Revenons à nos deux nouvelles factions. Les plus faibles sont les Eldars Noirs. Ils ont des voix aigrelettes perçantes et pratiquent l’esclavage. Ils possèdent des unités de type bateaux volants et lancent des rayons d’énergies noires et violettes. Tout cela semble un peu artificiel et, parmi toutes les races gonflées aux stéroïdes ou cybernétiques qui infestent l’univers, ils font figure de laissés pour compte. Les Eldars normaux faisaient peut-être un peu punks rétro, mais ils avaient une certaine classe.
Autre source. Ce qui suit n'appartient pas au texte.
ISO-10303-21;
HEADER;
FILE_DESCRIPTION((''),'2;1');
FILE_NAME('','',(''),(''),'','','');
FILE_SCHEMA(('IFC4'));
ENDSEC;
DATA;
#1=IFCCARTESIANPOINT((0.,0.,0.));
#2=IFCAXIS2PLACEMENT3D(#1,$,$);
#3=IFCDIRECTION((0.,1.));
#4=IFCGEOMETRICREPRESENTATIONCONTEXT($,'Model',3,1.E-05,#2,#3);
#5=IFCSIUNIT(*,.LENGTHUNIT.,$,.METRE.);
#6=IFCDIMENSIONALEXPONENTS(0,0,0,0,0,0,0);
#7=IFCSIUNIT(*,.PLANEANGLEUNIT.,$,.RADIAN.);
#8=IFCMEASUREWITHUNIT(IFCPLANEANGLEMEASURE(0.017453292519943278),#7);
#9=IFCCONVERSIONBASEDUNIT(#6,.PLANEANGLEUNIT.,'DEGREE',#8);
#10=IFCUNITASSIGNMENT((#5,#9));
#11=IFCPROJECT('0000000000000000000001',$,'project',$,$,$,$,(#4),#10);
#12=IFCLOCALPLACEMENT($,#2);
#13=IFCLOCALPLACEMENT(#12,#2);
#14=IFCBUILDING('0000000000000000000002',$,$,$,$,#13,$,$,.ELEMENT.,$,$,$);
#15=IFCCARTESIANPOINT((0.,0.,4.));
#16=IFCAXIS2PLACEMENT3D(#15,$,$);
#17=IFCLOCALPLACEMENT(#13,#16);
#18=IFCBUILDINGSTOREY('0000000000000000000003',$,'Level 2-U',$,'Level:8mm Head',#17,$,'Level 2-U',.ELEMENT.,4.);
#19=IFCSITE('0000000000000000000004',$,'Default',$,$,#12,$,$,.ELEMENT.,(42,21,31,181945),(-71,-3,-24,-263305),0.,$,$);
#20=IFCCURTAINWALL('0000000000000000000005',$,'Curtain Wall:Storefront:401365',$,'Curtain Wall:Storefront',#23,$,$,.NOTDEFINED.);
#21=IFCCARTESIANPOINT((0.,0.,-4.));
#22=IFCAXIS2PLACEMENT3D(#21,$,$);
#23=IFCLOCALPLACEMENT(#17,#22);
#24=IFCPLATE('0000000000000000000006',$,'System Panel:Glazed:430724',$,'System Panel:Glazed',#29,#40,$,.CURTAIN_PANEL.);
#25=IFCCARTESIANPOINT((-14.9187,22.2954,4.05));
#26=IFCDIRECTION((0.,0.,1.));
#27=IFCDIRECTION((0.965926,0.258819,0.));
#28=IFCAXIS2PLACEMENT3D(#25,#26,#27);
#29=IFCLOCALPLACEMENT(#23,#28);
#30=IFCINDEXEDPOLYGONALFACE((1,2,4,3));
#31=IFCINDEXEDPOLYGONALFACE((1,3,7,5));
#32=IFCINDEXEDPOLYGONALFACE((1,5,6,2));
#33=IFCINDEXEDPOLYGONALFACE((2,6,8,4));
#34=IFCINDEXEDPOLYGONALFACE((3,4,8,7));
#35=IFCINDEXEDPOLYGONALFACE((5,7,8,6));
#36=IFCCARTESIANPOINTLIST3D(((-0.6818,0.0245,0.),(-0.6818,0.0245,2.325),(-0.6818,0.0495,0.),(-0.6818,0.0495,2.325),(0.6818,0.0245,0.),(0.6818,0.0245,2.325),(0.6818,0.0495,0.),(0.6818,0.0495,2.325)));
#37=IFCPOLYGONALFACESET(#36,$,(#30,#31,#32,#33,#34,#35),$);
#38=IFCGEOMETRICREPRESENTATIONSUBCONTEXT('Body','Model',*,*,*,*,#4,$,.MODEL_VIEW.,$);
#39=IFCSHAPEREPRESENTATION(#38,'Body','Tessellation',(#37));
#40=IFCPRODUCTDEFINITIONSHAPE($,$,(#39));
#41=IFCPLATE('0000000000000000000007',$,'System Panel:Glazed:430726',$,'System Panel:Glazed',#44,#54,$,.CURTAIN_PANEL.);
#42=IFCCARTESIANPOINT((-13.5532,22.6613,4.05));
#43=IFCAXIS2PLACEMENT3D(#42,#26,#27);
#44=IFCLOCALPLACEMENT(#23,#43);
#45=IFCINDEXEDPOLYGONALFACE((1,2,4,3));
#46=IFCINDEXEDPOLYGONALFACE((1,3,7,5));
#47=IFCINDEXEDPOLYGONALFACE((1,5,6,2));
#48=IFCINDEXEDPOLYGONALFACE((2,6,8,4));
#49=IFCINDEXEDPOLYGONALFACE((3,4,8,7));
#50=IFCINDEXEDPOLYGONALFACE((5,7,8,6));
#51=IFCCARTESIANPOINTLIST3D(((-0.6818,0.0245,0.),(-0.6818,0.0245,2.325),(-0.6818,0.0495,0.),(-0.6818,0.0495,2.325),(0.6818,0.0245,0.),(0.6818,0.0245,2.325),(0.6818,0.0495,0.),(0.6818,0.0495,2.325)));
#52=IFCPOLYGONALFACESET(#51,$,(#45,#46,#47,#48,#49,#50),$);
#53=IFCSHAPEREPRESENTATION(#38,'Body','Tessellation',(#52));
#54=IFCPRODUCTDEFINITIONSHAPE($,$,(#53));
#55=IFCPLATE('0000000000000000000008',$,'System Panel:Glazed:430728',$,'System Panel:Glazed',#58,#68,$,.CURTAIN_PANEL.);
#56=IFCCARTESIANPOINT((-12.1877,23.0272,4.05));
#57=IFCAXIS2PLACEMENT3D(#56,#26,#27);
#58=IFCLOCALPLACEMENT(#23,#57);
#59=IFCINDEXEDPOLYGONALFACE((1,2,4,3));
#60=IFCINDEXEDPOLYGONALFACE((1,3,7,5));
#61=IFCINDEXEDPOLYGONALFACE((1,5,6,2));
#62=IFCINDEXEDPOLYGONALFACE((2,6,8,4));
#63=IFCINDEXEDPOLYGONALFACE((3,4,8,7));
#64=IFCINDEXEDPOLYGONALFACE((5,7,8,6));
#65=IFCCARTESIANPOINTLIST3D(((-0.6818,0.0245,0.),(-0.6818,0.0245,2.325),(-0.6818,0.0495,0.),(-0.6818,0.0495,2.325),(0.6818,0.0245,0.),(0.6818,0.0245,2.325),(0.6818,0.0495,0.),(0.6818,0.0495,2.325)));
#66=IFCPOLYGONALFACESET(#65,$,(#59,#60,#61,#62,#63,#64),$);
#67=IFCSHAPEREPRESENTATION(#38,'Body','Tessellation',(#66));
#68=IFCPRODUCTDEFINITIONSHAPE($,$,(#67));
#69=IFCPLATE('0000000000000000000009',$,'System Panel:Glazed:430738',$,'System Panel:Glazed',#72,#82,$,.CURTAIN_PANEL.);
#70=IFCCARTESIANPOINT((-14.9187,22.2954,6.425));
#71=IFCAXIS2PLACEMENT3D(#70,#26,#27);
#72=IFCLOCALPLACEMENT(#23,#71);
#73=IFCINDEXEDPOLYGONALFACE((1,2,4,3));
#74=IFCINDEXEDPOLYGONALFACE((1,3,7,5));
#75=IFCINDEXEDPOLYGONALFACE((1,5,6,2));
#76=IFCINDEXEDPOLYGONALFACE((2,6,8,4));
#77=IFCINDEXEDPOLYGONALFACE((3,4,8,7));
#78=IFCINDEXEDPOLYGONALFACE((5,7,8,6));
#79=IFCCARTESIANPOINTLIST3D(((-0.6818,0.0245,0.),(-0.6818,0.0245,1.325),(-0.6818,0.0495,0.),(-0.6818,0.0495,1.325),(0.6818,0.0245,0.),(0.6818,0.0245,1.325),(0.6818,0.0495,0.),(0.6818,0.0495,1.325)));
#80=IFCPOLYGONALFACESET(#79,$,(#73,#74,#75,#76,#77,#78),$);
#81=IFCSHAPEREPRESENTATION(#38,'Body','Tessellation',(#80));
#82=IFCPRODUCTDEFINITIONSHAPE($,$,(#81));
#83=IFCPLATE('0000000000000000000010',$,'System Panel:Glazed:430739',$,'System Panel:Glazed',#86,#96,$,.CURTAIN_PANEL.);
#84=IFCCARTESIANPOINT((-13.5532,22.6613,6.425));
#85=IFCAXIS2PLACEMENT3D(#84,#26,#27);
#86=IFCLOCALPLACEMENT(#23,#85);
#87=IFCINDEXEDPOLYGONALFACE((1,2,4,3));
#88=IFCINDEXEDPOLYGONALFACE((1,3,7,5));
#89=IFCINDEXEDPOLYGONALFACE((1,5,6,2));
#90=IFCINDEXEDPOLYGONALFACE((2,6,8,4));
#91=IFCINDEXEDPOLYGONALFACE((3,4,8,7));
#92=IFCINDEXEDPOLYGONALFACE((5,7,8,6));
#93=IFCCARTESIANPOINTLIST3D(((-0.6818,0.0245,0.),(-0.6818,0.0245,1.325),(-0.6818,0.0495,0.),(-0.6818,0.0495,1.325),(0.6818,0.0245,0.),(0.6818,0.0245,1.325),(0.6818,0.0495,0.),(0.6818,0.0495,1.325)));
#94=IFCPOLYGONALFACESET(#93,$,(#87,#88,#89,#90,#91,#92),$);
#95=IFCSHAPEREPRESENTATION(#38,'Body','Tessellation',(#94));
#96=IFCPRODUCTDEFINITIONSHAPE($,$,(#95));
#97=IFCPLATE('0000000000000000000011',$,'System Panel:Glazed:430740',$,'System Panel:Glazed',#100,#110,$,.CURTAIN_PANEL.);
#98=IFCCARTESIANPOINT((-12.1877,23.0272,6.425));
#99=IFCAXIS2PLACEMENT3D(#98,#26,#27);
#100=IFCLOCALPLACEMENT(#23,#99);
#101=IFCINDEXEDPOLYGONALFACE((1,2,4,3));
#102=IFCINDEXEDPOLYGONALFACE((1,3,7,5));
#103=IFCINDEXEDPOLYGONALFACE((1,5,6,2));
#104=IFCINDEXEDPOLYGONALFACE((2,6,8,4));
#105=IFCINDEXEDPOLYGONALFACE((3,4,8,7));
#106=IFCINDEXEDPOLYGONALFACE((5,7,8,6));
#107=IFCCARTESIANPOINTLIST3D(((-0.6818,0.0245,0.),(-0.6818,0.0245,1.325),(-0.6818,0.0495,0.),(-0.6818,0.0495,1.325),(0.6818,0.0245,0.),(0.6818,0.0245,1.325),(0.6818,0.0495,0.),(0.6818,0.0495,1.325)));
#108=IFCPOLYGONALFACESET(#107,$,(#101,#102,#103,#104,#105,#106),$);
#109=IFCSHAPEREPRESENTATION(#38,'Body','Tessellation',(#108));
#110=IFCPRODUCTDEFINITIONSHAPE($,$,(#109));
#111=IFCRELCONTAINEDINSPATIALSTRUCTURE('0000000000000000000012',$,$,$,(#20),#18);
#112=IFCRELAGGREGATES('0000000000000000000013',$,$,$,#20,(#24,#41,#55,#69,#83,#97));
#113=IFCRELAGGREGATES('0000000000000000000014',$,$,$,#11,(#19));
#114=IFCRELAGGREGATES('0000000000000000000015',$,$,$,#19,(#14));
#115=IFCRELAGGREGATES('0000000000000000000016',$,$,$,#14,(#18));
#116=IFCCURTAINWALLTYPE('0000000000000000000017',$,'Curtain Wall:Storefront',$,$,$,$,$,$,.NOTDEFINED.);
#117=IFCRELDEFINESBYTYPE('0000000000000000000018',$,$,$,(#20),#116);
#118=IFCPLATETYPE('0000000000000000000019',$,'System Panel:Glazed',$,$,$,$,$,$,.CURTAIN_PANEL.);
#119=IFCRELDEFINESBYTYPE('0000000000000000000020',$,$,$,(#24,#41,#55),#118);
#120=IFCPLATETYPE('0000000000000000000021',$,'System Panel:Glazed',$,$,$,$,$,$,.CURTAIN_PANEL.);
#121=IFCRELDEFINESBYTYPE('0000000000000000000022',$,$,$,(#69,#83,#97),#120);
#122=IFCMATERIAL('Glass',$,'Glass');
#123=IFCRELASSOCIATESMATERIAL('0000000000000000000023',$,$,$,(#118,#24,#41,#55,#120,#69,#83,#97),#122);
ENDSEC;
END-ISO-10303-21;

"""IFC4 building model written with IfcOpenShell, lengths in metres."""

from ifc_helpers import new_model, entity, si_unit, converted_unit, direction, frame, origin, place, context, subcontext, project, spatial, indexed_curve, outline, extrude, source, transform, mapped, material, type_object, type_shapes, element, aggregate, save


model = new_model("IFC4")

# Units and contexts
model_context = context("Model", 3, precision=1e-05, world=origin(), true_north=direction((0.0, 1.0)))
body_context = subcontext(model_context, "Body", "Model", "MODEL_VIEW")
ifc_project = project(units=[si_unit("LENGTHUNIT", "METRE"), converted_unit("PLANEANGLEUNIT", "DEGREE", entity("IfcPlaneAngleMeasure", 0.017453292519943278), si_unit("PLANEANGLEUNIT", "RADIAN"), dimensions=[0, 0, 0, 0, 0, 0, 0])], contexts=[model_context])

# Site, building, storey
site_placement = place(None, origin())
site = spatial("IfcSite", under=ifc_project, at=site_placement, Name="Default", CompositionType="ELEMENT", RefLatitude=(42, 21, 31, 181945), RefLongitude=(-71, -3, -24, -263305), RefElevation=0.0)
building_placement = place(site_placement, origin())
building = spatial("IfcBuilding", under=site, at=building_placement, CompositionType="ELEMENT")
storey_placement = place(building_placement, frame((0.0, 0.0, 4.0)))
storey = spatial("IfcBuildingStorey", under=building, at=storey_placement, Name="Level 2-U", ObjectType="Level:8mm Head", LongName="Level 2-U", CompositionType="ELEMENT", Elevation=4.0)

# Curtain wall, plates
curtain_wall_type = type_object("IfcCurtainWallType", Name="Curtain Wall:Storefront", PredefinedType="NOTDEFINED")
curtain_wall_placement = place(storey_placement, frame((0.0, 0.0, -4.0)))
curtain_wall = element("IfcCurtainWall", 1, at=curtain_wall_placement, inside=storey, type_object=curtain_wall_type, Name="Curtain Wall:Storefront:401365", ObjectType="Curtain Wall:Storefront", PredefinedType="NOTDEFINED")
ifc_material_1 = material(Name="Glass", Category="Glass")
plate_type_1 = type_object("IfcPlateType", Name="System Panel:Glazed", PredefinedType="CURTAIN_PANEL", material=ifc_material_1)
shared_shape_1 = source(origin(), body_context, "Body", "SweptSolid", [
    extrude(outline(indexed_curve([(-0.0125, -0.6818), (0.0125, -0.6818), (0.0125, 0.6818), (-0.0125, 0.6818), (-0.0125, -0.6818)], self_intersect=False)), frame((0.0, 0.037, 0.0), z_axis=(0.0, 0.0, 1.0), x_axis=(0.0, 1.0, 0.0)), (0.0, 0.0, 1.0), 2.325),
])
type_shapes(plate_type_1, [shared_shape_1])
plate_1_placement = place(curtain_wall_placement, frame((-14.9187, 22.2954, 4.05), z_axis=(0.0, 0.0, 1.0), x_axis=(0.965926, 0.258819, 0.0)))
plate_1 = element("IfcPlate", 2, at=plate_1_placement, type_object=plate_type_1, material=ifc_material_1, Name="System Panel:Glazed:430724", ObjectType="System Panel:Glazed", PredefinedType="CURTAIN_PANEL", context=body_context, shape_type="MappedRepresentation", body=[
    mapped(shared_shape_1, transform((0.0, 0.0, 0.0), scale=1.0)),
])
plate_2_placement = place(curtain_wall_placement, frame((-13.5532, 22.6613, 4.05), z_axis=(0.0, 0.0, 1.0), x_axis=(0.965926, 0.258819, 0.0)))
plate_2 = element("IfcPlate", 3, at=plate_2_placement, type_object=plate_type_1, material=ifc_material_1, Name="System Panel:Glazed:430726", ObjectType="System Panel:Glazed", PredefinedType="CURTAIN_PANEL", context=body_context, shape_type="MappedRepresentation", body=[
    mapped(shared_shape_1, transform((0.0, 0.0, 0.0), scale=1.0)),
])
plate_3_placement = place(curtain_wall_placement, frame((-12.1877, 23.0272, 4.05), z_axis=(0.0, 0.0, 1.0), x_axis=(0.965926, 0.258819, 0.0)))
plate_3 = element("IfcPlate", 4, at=plate_3_placement, type_object=plate_type_1, material=ifc_material_1, Name="System Panel:Glazed:430728", ObjectType="System Panel:Glazed", PredefinedType="CURTAIN_PANEL", context=body_context, shape_type="MappedRepresentation", body=[
    mapped(shared_shape_1, transform((0.0, 0.0, 0.0), scale=1.0)),
])
plate_type_2 = type_object("IfcPlateType", Name="System Panel:Glazed", PredefinedType="CURTAIN_PANEL", material=ifc_material_1)
shared_shape_2 = source(origin(), body_context, "Body", "SweptSolid", [
    extrude(outline(indexed_curve([(-0.0125, -0.6818), (0.0125, -0.6818), (0.0125, 0.6818), (-0.0125, 0.6818), (-0.0125, -0.6818)], self_intersect=False)), frame((0.0, 0.037, 0.0), z_axis=(0.0, 0.0, 1.0), x_axis=(0.0, 1.0, 0.0)), (0.0, 0.0, 1.0), 1.325),
])
type_shapes(plate_type_2, [shared_shape_2])
plate_4_placement = place(curtain_wall_placement, frame((-14.9187, 22.2954, 6.425), z_axis=(0.0, 0.0, 1.0), x_axis=(0.965926, 0.258819, 0.0)))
Les Eldars Noirs sont comme des ados risibles qui se la pètent, ils aiment le parfum du chaos, mais ils n’avalent pas.

Les Soeurs de Bataille sont par contre plus amusantes. Ce sont les fanatiques religieuses extrémistes de l’univers 40k, des sortes d’inquisitrices en armure de combat, qui traquent les hérétiques et les brûlent quand elles les trouvent. Leurs unités les plus puissantes sont d’une dinguerie de bon aloi – un pénitent accroché à un robot crucifix, un tank avec des tuyaux d’orgues qui sont autant de tubes lance-roquettes, et un ange géant ressuscité d’entre les morts par le fantôme psychique de l’Empereur de toute l’humanité. Voilà ce qu’il y a de plus intéressant et qui colle vraiment à la folie de l’univers 40K.